◆ **About this exercise**:
From the records below, set down exactly the lines starting with the line that contains "#33=IFCINDEXEDPOLYGONALFACE((1,2,4,3));" and going on through the line that contains "#52=IFCINDEXEDPOLYGONALFACE((5,7,8,6));". Nothing else is wanted.

============================================================

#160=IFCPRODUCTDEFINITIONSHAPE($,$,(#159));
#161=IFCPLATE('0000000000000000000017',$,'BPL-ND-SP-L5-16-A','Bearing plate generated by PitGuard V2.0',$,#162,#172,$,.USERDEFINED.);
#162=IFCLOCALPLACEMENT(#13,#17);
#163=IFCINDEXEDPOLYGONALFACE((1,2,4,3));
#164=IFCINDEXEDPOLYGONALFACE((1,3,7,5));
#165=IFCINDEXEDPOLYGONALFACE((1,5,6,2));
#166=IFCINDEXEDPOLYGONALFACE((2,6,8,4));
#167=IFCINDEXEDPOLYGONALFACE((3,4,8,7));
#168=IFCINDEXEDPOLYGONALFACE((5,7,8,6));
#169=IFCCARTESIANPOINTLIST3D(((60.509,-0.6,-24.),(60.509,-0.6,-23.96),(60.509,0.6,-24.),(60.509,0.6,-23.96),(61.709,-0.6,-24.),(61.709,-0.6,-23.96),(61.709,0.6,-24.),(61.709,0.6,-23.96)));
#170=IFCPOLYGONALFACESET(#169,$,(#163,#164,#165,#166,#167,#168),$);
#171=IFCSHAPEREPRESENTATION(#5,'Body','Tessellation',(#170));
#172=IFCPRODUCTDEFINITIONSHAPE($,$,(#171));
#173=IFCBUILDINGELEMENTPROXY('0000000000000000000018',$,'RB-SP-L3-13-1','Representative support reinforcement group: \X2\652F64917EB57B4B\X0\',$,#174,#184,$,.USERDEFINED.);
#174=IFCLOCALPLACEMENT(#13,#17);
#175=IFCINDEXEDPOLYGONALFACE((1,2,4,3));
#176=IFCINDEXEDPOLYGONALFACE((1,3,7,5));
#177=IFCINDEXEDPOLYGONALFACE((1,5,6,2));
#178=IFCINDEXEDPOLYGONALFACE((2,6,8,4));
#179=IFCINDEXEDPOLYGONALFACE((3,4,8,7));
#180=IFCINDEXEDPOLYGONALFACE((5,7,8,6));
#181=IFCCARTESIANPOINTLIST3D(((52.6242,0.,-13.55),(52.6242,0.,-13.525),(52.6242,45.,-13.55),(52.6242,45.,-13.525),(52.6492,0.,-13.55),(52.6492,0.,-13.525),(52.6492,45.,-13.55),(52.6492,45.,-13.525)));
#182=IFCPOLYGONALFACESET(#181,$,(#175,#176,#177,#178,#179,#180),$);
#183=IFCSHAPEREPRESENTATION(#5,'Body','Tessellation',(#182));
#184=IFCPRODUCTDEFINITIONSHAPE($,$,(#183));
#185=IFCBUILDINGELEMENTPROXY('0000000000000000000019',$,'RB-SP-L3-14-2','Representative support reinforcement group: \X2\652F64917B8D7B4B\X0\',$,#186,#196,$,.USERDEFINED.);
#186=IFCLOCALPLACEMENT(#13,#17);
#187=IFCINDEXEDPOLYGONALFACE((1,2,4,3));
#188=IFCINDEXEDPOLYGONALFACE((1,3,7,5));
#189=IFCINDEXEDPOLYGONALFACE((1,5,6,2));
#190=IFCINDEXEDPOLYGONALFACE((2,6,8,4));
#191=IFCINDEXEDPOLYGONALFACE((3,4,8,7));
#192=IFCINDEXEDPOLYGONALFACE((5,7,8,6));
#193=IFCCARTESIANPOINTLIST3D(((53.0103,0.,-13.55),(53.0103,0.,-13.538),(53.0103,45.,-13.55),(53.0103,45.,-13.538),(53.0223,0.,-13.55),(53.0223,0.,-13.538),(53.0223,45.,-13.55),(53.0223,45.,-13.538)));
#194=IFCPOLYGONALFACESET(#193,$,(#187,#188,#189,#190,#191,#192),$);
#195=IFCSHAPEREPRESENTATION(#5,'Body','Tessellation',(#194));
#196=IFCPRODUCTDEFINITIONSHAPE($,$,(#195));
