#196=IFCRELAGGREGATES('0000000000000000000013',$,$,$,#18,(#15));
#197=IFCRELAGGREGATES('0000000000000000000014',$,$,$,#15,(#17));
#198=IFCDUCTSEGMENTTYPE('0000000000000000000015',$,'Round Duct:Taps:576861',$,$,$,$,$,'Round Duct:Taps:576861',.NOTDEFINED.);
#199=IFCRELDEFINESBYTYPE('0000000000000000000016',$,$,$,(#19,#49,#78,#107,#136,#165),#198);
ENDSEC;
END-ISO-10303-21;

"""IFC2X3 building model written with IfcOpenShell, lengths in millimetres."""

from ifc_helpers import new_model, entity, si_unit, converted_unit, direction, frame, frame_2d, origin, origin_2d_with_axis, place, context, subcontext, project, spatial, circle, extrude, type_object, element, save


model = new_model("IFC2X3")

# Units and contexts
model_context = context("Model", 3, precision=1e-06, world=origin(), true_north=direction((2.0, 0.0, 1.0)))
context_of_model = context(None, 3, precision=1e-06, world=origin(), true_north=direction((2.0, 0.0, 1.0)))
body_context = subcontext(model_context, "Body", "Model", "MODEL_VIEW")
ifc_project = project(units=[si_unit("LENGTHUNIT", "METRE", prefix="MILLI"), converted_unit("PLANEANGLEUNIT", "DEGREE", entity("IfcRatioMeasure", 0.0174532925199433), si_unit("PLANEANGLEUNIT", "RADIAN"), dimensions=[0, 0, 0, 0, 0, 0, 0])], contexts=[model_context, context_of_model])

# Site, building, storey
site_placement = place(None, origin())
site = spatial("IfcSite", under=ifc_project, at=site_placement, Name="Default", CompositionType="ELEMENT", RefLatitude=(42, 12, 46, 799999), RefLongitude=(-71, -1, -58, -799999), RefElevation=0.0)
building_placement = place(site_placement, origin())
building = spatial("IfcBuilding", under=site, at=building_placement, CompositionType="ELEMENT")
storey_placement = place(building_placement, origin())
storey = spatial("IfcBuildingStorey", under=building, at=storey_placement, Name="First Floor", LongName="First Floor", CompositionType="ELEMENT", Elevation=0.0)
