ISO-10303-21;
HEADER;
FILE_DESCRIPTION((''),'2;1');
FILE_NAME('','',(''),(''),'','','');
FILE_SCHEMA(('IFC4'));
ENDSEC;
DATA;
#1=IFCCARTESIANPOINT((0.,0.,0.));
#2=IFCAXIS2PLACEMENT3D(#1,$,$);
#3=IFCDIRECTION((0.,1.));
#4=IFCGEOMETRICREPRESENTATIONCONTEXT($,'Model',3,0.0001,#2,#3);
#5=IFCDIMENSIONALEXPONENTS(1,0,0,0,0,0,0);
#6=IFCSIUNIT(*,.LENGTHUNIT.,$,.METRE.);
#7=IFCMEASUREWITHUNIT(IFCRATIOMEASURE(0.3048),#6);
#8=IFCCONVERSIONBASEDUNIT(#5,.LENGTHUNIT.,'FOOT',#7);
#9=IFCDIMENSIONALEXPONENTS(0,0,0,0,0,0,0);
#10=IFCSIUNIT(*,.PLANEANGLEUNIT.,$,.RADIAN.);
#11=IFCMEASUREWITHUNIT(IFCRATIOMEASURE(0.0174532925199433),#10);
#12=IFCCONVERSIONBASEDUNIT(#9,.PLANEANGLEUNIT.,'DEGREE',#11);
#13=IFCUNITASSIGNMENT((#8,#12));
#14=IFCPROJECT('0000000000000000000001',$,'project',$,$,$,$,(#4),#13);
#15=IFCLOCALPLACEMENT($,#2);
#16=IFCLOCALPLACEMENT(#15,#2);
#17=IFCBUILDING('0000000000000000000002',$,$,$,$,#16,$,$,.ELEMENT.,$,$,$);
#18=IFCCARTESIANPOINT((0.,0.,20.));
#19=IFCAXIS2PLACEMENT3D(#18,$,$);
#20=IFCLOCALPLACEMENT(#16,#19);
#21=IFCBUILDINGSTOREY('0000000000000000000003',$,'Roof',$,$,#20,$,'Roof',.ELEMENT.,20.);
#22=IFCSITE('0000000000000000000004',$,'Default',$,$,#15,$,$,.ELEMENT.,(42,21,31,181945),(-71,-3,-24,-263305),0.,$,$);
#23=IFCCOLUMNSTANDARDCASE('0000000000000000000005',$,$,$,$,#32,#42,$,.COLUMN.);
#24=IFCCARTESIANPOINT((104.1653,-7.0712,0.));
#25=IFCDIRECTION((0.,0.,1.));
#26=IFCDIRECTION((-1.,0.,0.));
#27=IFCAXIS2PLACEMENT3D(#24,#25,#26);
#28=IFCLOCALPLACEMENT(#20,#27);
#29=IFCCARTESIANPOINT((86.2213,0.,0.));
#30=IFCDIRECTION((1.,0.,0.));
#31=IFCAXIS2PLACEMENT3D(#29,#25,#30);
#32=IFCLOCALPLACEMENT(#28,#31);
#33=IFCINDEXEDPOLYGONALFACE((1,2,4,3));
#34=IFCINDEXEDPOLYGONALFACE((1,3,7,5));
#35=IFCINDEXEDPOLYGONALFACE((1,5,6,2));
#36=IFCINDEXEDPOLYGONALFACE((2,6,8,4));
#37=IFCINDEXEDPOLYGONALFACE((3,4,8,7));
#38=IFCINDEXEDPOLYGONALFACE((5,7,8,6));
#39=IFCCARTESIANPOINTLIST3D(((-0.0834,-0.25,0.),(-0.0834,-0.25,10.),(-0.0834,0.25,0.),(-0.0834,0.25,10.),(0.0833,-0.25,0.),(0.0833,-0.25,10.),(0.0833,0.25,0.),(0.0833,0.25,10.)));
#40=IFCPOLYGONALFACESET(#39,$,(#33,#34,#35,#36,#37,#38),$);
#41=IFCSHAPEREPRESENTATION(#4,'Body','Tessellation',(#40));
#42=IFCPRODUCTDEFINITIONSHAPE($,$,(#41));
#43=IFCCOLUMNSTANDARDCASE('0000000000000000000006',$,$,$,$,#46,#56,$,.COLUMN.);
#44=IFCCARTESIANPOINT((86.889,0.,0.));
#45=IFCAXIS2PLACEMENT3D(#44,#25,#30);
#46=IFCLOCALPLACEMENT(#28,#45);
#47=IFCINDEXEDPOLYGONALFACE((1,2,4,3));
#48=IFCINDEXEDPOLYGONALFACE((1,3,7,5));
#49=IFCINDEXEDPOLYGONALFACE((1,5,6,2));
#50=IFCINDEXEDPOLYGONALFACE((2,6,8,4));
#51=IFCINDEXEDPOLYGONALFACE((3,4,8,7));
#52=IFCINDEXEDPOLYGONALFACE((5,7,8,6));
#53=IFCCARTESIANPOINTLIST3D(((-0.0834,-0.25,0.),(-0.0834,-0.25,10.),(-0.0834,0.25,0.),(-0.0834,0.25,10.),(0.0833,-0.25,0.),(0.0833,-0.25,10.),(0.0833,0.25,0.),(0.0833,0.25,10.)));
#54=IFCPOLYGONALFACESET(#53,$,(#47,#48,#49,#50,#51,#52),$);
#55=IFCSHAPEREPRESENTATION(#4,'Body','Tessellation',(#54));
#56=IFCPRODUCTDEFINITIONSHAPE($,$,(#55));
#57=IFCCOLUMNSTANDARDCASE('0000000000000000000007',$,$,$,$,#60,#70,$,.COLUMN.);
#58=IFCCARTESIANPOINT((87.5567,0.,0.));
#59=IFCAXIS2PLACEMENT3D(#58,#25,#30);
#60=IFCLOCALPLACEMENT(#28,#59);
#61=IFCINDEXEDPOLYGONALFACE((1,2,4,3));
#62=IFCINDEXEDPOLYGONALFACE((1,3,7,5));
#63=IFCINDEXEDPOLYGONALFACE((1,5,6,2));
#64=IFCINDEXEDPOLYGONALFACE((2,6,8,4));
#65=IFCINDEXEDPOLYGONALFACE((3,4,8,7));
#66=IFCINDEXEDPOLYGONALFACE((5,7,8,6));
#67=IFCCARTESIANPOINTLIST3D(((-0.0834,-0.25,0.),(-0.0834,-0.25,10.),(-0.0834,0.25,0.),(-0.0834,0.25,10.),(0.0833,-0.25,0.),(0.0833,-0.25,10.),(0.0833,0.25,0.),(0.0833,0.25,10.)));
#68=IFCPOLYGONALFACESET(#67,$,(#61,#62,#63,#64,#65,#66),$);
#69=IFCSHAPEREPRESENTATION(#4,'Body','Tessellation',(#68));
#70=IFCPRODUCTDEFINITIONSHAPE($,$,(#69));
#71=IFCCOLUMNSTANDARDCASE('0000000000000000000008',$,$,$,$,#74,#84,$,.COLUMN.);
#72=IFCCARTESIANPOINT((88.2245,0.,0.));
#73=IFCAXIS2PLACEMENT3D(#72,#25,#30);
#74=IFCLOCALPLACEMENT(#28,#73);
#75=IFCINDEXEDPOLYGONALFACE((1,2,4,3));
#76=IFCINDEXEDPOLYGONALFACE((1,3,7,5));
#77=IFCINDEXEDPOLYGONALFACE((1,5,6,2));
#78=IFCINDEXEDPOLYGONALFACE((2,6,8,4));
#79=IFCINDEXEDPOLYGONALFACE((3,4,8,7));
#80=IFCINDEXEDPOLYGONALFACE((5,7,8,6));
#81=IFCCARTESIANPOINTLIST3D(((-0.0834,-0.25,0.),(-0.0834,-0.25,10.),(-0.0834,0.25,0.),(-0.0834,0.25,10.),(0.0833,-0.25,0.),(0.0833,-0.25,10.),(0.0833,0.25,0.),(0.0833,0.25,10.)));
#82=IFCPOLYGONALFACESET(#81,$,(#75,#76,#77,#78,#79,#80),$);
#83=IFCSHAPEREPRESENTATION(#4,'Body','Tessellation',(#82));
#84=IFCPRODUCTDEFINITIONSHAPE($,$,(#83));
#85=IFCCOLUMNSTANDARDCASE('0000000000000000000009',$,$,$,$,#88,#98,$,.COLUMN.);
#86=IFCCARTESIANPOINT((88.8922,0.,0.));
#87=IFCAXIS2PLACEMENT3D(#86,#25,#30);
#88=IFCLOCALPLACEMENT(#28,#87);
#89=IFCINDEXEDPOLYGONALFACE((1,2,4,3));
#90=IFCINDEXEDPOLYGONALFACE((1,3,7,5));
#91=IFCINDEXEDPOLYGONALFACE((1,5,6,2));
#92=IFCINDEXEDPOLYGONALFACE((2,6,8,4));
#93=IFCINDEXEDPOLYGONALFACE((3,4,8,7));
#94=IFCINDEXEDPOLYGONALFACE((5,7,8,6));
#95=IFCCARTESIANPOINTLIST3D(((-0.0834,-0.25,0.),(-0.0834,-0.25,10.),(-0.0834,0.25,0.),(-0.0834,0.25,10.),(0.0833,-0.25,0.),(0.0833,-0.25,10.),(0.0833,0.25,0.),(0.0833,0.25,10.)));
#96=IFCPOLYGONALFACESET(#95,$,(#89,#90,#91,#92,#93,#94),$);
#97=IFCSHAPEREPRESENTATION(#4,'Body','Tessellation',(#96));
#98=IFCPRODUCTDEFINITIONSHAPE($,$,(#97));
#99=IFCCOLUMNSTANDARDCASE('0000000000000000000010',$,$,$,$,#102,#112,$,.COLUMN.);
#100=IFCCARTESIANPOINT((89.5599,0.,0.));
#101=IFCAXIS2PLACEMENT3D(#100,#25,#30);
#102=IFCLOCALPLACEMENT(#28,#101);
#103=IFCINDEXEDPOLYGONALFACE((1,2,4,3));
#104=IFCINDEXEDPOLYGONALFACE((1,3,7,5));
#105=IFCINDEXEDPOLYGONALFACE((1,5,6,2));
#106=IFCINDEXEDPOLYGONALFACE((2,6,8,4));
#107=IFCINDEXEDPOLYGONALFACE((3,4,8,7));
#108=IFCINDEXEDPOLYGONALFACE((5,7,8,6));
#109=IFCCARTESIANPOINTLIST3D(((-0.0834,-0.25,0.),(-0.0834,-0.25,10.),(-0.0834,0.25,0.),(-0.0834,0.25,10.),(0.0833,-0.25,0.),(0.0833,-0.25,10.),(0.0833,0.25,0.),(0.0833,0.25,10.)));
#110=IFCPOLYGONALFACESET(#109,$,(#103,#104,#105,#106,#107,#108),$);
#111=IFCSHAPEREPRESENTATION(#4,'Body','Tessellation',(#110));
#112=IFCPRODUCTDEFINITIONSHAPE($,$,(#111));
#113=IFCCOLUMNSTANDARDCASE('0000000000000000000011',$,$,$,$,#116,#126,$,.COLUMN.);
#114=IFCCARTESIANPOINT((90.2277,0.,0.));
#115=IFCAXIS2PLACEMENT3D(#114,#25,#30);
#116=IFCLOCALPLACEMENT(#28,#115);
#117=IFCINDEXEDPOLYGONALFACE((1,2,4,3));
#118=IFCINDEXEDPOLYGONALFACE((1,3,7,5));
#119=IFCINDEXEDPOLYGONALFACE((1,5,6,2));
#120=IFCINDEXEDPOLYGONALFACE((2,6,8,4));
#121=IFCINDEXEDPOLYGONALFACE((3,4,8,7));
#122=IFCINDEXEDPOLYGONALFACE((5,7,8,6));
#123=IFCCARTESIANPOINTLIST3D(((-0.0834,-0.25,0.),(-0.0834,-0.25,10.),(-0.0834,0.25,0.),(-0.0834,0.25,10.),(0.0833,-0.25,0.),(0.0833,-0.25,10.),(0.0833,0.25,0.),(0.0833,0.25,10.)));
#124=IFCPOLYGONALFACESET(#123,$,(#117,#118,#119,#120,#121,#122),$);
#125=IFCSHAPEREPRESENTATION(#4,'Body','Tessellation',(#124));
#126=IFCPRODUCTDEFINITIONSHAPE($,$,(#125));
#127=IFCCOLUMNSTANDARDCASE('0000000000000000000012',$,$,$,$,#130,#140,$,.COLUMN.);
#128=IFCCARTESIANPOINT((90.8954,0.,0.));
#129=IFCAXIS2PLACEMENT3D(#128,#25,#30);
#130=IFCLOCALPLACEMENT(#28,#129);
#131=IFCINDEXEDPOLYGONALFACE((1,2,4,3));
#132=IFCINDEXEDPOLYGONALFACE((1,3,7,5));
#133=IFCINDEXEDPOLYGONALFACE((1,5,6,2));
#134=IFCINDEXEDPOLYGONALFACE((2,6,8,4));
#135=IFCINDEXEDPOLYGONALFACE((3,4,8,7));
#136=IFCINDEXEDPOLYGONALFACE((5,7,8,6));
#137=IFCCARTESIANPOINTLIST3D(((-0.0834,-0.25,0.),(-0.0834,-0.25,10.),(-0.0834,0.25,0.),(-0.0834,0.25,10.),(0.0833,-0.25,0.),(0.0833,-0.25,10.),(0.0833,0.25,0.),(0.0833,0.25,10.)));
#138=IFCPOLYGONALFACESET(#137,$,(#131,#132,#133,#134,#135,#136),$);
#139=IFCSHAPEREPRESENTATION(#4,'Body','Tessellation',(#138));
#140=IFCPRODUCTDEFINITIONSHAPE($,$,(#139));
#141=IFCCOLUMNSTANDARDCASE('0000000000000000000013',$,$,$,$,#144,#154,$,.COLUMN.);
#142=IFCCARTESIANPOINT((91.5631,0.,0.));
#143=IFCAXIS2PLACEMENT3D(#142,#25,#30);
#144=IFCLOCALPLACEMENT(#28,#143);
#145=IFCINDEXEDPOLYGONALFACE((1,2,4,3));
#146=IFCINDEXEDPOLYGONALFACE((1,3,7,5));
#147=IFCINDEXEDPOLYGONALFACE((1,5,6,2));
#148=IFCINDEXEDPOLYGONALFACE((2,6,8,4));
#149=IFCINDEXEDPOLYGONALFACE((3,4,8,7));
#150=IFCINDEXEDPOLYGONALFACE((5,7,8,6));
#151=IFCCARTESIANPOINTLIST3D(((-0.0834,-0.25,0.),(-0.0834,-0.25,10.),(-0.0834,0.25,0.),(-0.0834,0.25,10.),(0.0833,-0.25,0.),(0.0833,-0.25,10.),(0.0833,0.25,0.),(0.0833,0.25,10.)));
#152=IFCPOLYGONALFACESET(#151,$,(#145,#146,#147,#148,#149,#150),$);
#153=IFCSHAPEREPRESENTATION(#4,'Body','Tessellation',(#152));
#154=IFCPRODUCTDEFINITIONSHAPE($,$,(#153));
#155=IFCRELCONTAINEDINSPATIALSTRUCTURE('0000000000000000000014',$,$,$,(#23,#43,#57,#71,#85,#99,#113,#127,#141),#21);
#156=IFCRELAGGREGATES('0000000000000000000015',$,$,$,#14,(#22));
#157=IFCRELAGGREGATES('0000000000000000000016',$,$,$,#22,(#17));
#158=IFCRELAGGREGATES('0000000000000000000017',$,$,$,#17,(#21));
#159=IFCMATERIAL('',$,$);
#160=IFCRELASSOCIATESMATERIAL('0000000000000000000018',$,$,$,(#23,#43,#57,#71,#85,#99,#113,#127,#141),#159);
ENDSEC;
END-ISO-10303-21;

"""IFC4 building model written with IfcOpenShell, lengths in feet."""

from ifc_helpers import new_model, entity, si_unit, converted_unit, direction, frame, origin, place, context, project, spatial, rectangle, extrude, material, element, save


model = new_model("IFC4")

# Units and contexts
model_context = context("Model", 3, precision=0.0001, world=origin(), true_north=direction((0.0, 1.0)))
ifc_project = project(units=[converted_unit("LENGTHUNIT", "FOOT", entity("IfcRatioMeasure", 0.3048), si_unit("LENGTHUNIT", "METRE"), dimensions=[1, 0, 0, 0, 0, 0, 0]), converted_unit("PLANEANGLEUNIT", "DEGREE", entity("IfcRatioMeasure", 0.0174532925199433), si_unit("PLANEANGLEUNIT", "RADIAN"), dimensions=[0, 0, 0, 0, 0, 0, 0])], contexts=[model_context])

# Site, building, storey
site_placement = place(None, origin())
site = spatial("IfcSite", under=ifc_project, at=site_placement, Name="Default", CompositionType="ELEMENT", RefLatitude=(42, 21, 31, 181945), RefLongitude=(-71, -3, -24, -263305), RefElevation=0.0)
building_placement = place(site_placement, origin())
building = spatial("IfcBuilding", under=site, at=building_placement, CompositionType="ELEMENT")
storey_placement = place(building_placement, frame((0.0, 0.0, 20.0)))
storey = spatial("IfcBuildingStorey", under=building, at=storey_placement, Name="Roof", LongName="Roof", CompositionType="ELEMENT", Elevation=20.0)

# Columns
ifc_material_1 = material(Name="")
placement_1 = place(storey_placement, frame((104.1653, -7.0712, 0.0), z_axis=(0.0, 0.0, 1.0), x_axis=(-1.0, 0.0, 0.0)))
for number, where, z_axis, x_axis in (
    (1, (86.2213, 0.0, 0.0), (0.0, 0.0, 1.0), (1.0, 0.0, 0.0)),
    (2, (86.889, 0.0, 0.0), (0.0, 0.0, 1.0), (1.0, 0.0, 0.0)),
    (3, (87.5567, 0.0, 0.0), (0.0, 0.0, 1.0), (1.0, 0.0, 0.0)),
    (4, (88.2245, 0.0, 0.0), (0.0, 0.0, 1.0), (1.0, 0.0, 0.0)),
    (5, (88.8922, 0.0, 0.0), (0.0, 0.0, 1.0), (1.0, 0.0, 0.0)),
    (6, (89.5599, 0.0, 0.0), (0.0, 0.0, 1.0), (1.0, 0.0, 0.0)),
    (7, (90.2277, 0.0, 0.0), (0.0, 0.0, 1.0), (1.0, 0.0, 0.0)),
    (8, (90.8954, 0.0, 0.0), (0.0, 0.0, 1.0), (1.0, 0.0, 0.0)),
    (9, (91.5631, 0.0, 0.0), (0.0, 0.0, 1.0), (1.0, 0.0, 0.0)),
):
    element("IfcColumnStandardCase", number, at=place(placement_1, frame(where, z_axis=z_axis, x_axis=x_axis)), inside=storey, material=ifc_material_1, PredefinedType="COLUMN", context=model_context, shape_type="SweptSolid", body=[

============================================================

◆ **Exercise solution**:
#33=IFCINDEXEDPOLYGONALFACE((1,2,4,3));
#34=IFCINDEXEDPOLYGONALFACE((1,3,7,5));
#35=IFCINDEXEDPOLYGONALFACE((1,5,6,2));
#36=IFCINDEXEDPOLYGONALFACE((2,6,8,4));
#37=IFCINDEXEDPOLYGONALFACE((3,4,8,7));
#38=IFCINDEXEDPOLYGONALFACE((5,7,8,6));
#39=IFCCARTESIANPOINTLIST3D(((-0.0834,-0.25,0.),(-0.0834,-0.25,10.),(-0.0834,0.25,0.),(-0.0834,0.25,10.),(0.0833,-0.25,0.),(0.0833,-0.25,10.),(0.0833,0.25,0.),(0.0833,0.25,10.)));
#40=IFCPOLYGONALFACESET(#39,$,(#33,#34,#35,#36,#37,#38),$);
#41=IFCSHAPEREPRESENTATION(#4,'Body','Tessellation',(#40));
#42=IFCPRODUCTDEFINITIONSHAPE($,$,(#41));
#43=IFCCOLUMNSTANDARDCASE('0000000000000000000006',$,$,$,$,#46,#56,$,.COLUMN.);
#44=IFCCARTESIANPOINT((86.889,0.,0.));
#45=IFCAXIS2PLACEMENT3D(#44,#25,#30);
#46=IFCLOCALPLACEMENT(#28,#45);
#47=IFCINDEXEDPOLYGONALFACE((1,2,4,3));
#48=IFCINDEXEDPOLYGONALFACE((1,3,7,5));
#49=IFCINDEXEDPOLYGONALFACE((1,5,6,2));
#50=IFCINDEXEDPOLYGONALFACE((2,6,8,4));
#51=IFCINDEXEDPOLYGONALFACE((3,4,8,7));
#52=IFCINDEXEDPOLYGONALFACE((5,7,8,6));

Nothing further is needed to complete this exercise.